The Mechanic glanced up. “It’s not perfect, but… the nanos definitely are moving in response to your images. That’s a strong first test.”
“Strong enough?” Adam asked.
The Mechanic thought for a moment, then nodded. “It’s enough. We can move on to the next phase.”
They all stood while the Mechanic powered down the holographic projector. They walked from the room in pairs, staggering their departures, trying to make it look as though they’d arrived at the Port Hudson docks together by pure chance.
The Cataclysm had derailed initial efforts to replicate the southern hemisphere undersea ports. Survivors wanted to congregate in more populated areas, and the new facilities, sparsely populated, had suffered mass emigrations as a result. The Bakers, old friends of the Starks in Pleasantville, had moved out of Port Hudson—the first of the new northern outposts completed—and moved to a human community, working to ensure the humans living there had safe buildings for sleeping.

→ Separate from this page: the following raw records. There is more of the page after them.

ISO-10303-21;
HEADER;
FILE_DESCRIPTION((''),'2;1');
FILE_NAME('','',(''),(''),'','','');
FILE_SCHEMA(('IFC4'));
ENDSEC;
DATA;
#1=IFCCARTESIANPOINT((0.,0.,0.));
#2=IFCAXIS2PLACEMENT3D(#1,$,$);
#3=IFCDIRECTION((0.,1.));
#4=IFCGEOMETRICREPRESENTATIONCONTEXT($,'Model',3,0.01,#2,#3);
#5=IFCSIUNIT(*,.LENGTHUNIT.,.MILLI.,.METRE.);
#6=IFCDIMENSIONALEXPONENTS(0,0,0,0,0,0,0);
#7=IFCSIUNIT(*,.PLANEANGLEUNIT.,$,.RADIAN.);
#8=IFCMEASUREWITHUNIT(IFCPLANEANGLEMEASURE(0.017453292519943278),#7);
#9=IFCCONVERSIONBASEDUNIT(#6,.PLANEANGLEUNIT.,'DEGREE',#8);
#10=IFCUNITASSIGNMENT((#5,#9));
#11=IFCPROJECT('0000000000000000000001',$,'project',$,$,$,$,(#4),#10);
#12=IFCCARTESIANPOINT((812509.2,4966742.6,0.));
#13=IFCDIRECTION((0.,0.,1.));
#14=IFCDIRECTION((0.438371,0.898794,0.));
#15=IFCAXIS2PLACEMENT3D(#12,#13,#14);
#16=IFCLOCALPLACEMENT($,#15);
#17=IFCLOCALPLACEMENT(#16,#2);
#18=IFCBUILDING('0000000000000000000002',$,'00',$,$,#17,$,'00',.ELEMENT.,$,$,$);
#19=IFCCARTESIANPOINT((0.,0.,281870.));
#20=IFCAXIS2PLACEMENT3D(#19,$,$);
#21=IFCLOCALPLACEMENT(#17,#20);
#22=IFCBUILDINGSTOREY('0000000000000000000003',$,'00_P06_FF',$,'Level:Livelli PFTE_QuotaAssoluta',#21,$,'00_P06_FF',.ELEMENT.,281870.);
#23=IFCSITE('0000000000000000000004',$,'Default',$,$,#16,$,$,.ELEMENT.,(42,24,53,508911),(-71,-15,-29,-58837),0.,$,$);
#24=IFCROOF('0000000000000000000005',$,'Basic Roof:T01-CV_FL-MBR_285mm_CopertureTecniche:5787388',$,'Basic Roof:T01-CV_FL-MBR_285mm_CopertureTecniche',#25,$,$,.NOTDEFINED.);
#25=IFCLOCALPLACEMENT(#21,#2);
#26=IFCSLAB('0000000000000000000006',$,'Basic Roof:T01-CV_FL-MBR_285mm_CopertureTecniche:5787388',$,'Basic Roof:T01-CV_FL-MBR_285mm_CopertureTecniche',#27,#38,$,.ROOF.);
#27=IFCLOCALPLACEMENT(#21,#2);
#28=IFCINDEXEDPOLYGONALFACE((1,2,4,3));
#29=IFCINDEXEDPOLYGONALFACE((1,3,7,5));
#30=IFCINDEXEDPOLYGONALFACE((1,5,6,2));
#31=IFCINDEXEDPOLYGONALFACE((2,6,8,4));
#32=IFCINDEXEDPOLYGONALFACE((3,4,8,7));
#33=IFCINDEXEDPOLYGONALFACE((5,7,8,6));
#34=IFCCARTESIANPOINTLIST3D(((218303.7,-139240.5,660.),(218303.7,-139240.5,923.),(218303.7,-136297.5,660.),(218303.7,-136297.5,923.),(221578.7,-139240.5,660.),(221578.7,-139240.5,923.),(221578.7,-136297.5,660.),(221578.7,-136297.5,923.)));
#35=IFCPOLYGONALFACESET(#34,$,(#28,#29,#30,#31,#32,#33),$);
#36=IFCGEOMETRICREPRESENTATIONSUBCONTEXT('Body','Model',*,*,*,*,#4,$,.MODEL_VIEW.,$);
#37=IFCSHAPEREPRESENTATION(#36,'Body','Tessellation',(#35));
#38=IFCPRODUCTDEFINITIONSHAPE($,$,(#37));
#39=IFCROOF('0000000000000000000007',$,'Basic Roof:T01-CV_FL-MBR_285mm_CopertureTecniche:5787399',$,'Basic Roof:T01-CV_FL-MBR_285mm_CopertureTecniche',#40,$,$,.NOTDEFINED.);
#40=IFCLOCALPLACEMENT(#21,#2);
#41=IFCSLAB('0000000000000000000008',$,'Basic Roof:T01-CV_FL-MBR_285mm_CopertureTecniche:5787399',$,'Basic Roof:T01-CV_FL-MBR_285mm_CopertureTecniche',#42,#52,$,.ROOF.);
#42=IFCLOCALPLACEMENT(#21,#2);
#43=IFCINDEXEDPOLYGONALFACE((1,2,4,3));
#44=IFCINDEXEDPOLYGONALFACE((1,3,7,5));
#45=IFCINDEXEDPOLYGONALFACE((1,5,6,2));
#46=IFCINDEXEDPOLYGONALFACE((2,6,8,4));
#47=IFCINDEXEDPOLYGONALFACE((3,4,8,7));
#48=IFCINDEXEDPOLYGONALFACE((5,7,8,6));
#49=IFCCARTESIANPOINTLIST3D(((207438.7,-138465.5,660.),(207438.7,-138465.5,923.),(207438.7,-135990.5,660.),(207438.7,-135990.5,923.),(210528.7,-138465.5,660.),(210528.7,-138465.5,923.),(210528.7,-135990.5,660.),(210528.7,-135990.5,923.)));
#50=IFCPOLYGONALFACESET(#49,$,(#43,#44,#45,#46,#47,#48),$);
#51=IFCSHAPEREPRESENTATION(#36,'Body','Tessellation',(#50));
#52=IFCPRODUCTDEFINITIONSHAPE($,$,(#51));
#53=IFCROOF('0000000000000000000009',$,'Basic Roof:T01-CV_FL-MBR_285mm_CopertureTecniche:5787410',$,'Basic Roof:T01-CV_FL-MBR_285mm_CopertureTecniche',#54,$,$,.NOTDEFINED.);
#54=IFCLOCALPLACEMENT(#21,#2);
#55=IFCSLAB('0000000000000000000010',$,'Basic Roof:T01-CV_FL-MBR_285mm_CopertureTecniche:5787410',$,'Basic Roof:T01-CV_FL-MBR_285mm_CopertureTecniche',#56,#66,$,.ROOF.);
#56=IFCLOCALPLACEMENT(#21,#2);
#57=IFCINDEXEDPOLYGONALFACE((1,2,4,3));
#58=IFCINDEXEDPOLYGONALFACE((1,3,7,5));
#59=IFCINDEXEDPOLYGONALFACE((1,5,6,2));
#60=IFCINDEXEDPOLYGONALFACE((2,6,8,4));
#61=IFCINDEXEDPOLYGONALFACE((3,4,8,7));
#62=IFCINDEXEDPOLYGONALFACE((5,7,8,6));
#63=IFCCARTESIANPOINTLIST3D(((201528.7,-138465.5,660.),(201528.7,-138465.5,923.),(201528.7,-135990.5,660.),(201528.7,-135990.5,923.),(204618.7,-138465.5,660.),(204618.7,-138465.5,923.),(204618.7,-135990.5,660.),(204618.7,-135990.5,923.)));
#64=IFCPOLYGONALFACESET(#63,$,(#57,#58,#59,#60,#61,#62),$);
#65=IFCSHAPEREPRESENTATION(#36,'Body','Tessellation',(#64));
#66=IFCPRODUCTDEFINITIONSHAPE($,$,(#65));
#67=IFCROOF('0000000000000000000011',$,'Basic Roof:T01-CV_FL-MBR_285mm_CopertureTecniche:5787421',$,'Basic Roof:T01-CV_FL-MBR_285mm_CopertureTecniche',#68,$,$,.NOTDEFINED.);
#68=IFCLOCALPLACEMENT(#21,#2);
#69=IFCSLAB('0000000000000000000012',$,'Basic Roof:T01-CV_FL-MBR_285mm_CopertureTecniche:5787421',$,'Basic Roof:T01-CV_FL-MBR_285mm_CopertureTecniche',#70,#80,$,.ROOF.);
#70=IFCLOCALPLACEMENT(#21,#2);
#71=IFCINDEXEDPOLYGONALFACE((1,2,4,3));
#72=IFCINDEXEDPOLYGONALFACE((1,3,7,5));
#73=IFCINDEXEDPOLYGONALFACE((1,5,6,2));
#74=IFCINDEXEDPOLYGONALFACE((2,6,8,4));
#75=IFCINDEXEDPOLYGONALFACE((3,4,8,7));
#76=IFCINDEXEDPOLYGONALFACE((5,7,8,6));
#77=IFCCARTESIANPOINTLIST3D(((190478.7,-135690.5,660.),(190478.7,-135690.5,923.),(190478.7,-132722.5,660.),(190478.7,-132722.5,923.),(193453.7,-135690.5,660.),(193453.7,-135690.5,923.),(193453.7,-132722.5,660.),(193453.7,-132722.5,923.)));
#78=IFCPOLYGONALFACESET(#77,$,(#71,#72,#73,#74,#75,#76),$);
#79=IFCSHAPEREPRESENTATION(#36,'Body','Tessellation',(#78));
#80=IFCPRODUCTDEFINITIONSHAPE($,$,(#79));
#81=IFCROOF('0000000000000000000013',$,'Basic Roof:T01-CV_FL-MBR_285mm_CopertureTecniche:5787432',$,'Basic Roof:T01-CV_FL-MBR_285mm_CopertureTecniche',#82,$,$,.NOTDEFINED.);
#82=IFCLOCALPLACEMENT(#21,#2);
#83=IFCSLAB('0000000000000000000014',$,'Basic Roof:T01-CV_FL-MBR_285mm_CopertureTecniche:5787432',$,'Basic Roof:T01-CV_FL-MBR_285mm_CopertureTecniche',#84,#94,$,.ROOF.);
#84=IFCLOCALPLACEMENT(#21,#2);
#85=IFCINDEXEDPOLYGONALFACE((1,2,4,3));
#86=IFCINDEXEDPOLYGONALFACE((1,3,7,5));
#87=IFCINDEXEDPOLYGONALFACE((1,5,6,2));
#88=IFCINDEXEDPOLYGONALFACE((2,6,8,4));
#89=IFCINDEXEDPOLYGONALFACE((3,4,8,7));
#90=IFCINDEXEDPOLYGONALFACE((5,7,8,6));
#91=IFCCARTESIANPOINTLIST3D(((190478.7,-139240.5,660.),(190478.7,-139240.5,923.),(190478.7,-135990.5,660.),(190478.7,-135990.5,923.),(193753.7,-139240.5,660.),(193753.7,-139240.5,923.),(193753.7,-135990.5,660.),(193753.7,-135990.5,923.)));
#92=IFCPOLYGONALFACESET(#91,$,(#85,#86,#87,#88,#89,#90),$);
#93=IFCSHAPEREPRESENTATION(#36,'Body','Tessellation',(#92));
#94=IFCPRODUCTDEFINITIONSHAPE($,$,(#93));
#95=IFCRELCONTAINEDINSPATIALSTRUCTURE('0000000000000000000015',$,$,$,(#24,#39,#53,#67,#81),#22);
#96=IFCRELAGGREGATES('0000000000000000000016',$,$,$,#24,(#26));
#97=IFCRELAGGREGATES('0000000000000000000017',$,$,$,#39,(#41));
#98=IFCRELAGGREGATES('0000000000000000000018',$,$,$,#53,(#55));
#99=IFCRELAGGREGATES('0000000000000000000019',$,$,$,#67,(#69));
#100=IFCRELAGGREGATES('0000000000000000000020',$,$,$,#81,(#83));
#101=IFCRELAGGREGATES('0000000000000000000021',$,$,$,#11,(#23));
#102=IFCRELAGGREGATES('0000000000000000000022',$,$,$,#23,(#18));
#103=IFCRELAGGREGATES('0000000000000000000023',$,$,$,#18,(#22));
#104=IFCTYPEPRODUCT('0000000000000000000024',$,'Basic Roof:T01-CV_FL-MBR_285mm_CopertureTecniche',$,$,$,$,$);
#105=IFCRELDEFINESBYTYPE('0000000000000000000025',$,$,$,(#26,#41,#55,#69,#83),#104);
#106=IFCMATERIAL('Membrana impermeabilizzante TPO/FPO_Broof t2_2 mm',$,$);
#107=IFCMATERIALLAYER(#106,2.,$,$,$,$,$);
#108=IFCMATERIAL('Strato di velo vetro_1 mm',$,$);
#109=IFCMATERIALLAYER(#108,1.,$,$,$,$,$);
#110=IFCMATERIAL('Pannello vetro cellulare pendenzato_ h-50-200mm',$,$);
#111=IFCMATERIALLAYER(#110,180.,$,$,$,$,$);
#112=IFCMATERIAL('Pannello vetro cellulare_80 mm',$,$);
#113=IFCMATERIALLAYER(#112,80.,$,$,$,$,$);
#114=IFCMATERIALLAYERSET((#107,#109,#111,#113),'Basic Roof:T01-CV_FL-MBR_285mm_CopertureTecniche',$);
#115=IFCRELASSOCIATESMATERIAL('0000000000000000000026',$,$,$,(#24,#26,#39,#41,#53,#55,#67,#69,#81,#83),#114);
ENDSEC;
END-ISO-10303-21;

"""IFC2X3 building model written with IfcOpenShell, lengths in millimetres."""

from ifc_helpers import new_model, entity, si_unit, converted_unit, direction, frame, frame_2d, origin, place, context, subcontext, project, spatial, rectangle, extrude, material, layer, layer_set, type_object, element, aggregate, save


model = new_model("IFC2X3")

# Units and contexts
model_context = context("Model", 3, precision=0.01, world=origin(), true_north=direction((0.0, 1.0)))
body_context = subcontext(model_context, "Body", "Model", "MODEL_VIEW")
ifc_project = project(units=[si_unit("LENGTHUNIT", "METRE", prefix="MILLI"), converted_unit("PLANEANGLEUNIT", "DEGREE", entity("IfcPlaneAngleMeasure", 0.017453292519943278), si_unit("PLANEANGLEUNIT", "RADIAN"), dimensions=[0, 0, 0, 0, 0, 0, 0])], contexts=[model_context])

# Site, building, storey
site_placement = place(None, frame((812509.2, 4966742.6, 0.0), z_axis=(0.0, 0.0, 1.0), x_axis=(0.438371, 0.898794, 0.0)))
site = spatial("IfcSite", under=ifc_project, at=site_placement, Name="Default", CompositionType="ELEMENT", RefLatitude=(42, 24, 53, 508911), RefLongitude=(-71, -15, -29, -58837), RefElevation=0.0)
building_placement = place(site_placement, origin())
building = spatial("IfcBuilding", under=site, at=building_placement, Name="00", LongName="00", CompositionType="ELEMENT")
storey_placement = place(building_placement, frame((0.0, 0.0, 281870.0)))
storey = spatial("IfcBuildingStorey", under=building, at=storey_placement, Name="00_P06_FF", ObjectType="Level:Livelli PFTE_QuotaAssoluta", LongName="00_P06_FF", CompositionType="ELEMENT", Elevation=281870.0)

# Roofs, slabs
ifc_material_1 = material(Name="Membrana impermeabilizzante TPO/FPO_Broof t2_2 mm")
ifc_layer_1 = layer(ifc_material_1, 2.0)
ifc_material_2 = material(Name="Strato di velo vetro_1 mm")
ifc_layer_2 = layer(ifc_material_2, 1.0)
ifc_material_3 = material(Name="Pannello vetro cellulare pendenzato_ h-50-200mm")
ifc_layer_3 = layer(ifc_material_3, 180.0)
ifc_material_4 = material(Name="Pannello vetro cellulare_80 mm")
ifc_layer_4 = layer(ifc_material_4, 80.0)
ifc_layer_set = layer_set([ifc_layer_1, ifc_layer_2, ifc_layer_3, ifc_layer_4], Name="Basic Roof:T01-CV_FL-MBR_285mm_CopertureTecniche")
type_product = type_object("IfcTypeProduct", Name="Basic Roof:T01-CV_FL-MBR_285mm_CopertureTecniche")
roof_1_placement = place(storey_placement, frame((218303.7, -139240.5, 660.0)))
roof_1 = element("IfcRoof", 1, at=roof_1_placement, inside=storey, material=ifc_layer_set, Name="Basic Roof:T01-CV_FL-MBR_285mm_CopertureTecniche:5787388", ObjectType="Basic Roof:T01-CV_FL-MBR_285mm_CopertureTecniche", ShapeType="NOTDEFINED")
slab_1_placement = place(roof_1_placement, origin())
slab_1 = element("IfcSlab", 2, at=slab_1_placement, type_object=type_product, material=ifc_layer_set, Name="Basic Roof:T01-CV_FL-MBR_285mm_CopertureTecniche:5787388", ObjectType="Basic Roof:T01-CV_FL-MBR_285mm_CopertureTecniche", PredefinedType="ROOF", context=body_context, shape_type="SweptSolid", body=[
    extrude(rectangle(XDim=2943.0, YDim=3275.0, at=frame_2d((0.0, 0.0), x_axis=(0.0, 1.0))), frame((1637.5, 1471.5, 0.0)), (0.0, 0.0, 1.0), 263.0),
])
aggregate(roof_1, [slab_1])
roof_2_placement = place(storey_placement, frame((207438.7, -138465.5, 660.0)))
roof_2 = element("IfcRoof", 3, at=roof_2_placement, inside=storey, material=ifc_layer_set, Name="Basic Roof:T01-CV_FL-MBR_285mm_CopertureTecniche:5787399", ObjectType="Basic Roof:T01-CV_FL-MBR_285mm_CopertureTecniche", ShapeType="NOTDEFINED")
slab_2_placement = place(roof_2_placement, origin())
slab_2 = element("IfcSlab", 4, at=slab_2_placement, type_object=type_product, material=ifc_layer_set, Name="Basic Roof:T01-CV_FL-MBR_285mm_CopertureTecniche:5787399", ObjectType="Basic Roof:T01-CV_FL-MBR_285mm_CopertureTecniche", PredefinedType="ROOF", context=body_context, shape_type="SweptSolid", body=[
    extrude(rectangle(XDim=2475.0, YDim=3090.0, at=frame_2d((0.0, 0.0), x_axis=(0.0, 1.0))), frame((1545.0, 1237.5, 0.0)), (0.0, 0.0, 1.0), 263.0),
])
aggregate(roof_2, [slab_2])
roof_3_placement = place(storey_placement, frame((201528.7, -138465.5, 660.0)))
roof_3 = element("IfcRoof", 5, at=roof_3_placement, inside=storey, material=ifc_layer_set, Name="Basic Roof:T01-CV_FL-MBR_285mm_CopertureTecniche:5787410", ObjectType="Basic Roof:T01-CV_FL-MBR_285mm_CopertureTecniche", ShapeType="NOTDEFINED")
slab_3_placement = place(roof_3_placement, origin())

The work on other ports had resumed only a few years earlier; Port Hudson, located in the bay of the same name, served as a residence space for workers and the primary factory for producing prefabricated parts. Plans to bore a tunnel into the Arctic icepack and landmass were on hold until they completed the two additional ports and assessed if the needed a northern Cavern as well. Sites like Port Hudson already provided them with direct access to locations in the Northern Hemisphere. Angel doubted they’d ever decide to build another Cavern.
They climbed into two four-passenger spheres and set course for Pleasanton. The autopilot capabilities took over, and they soon emerged from beneath the frigid northern waters and flew toward the city of Pleasanton.
Charlie looked thoughtful. “Wouldn’t it be great if we could apply the technology of these spheres to the nanos? Powered flight and automatic navigation systems. That would be impres
sive.”
The Mechanic stiffened, startled at the comment. “That’s a great idea, Charlie. I’m not sure how we could get the anti-gravity pieces into such small devices, but… that would explain quite a bit.”
Adam, who watched from the view screen in the other sphere, looked at the Mechanic with deep interest. “What would it explain?”
“We’ve attributed what happened at the Stark household to nanos, but I’ve not been able to reconcile everything we saw with known information. We’ve got nanos that can form preprogrammed patterns and seek out targets, but they must remain bound to a surface. Will Stark floated when he left that tunnel. How? Nobody used Energy. The only explanation…”
Fil tapped his fingers, the noise audible from the other sphere. “The only explanation is that the nanos can fly and are strong enough in sufficient quantities to support the mass of a fully grown man. That technology is available today in the spheres. We just need to minimize it and apply it to the nanos.”
The Mechanic nodded. “Exactly.” He frowned. “The timing on everything that day has been bothering me for a while, relative to the time travelers. Why did the three of you arrive when you did? We can figure out almost to the second at this point when everything happened.”
“They did cut it rather close,” Charlie said. “If you have a time machine, why not give yourself plenty of time?”
“Good point,” Fil agreed. “Why not arrive ten minutes earlier, get the tunnel ready, and be standing by to whisk Dad into the basement?”
“It was all done to give us clues through Fil’s memory of the day.” Angel said. “Fil saw us build the tunnel and saw me throw the nanos at the wall. If we’d gotten there sooner, Fil doesn’t know that. He probably thinks we’d been there for hours, and in discussing his memory of the day, we conclude we dug the tunnel by hand. Instead, we realize I have access to tiny, invisible machines capable of performing incredible feats.” She glanced at Fil on the view screen. “Your memory has served us well, big brother.”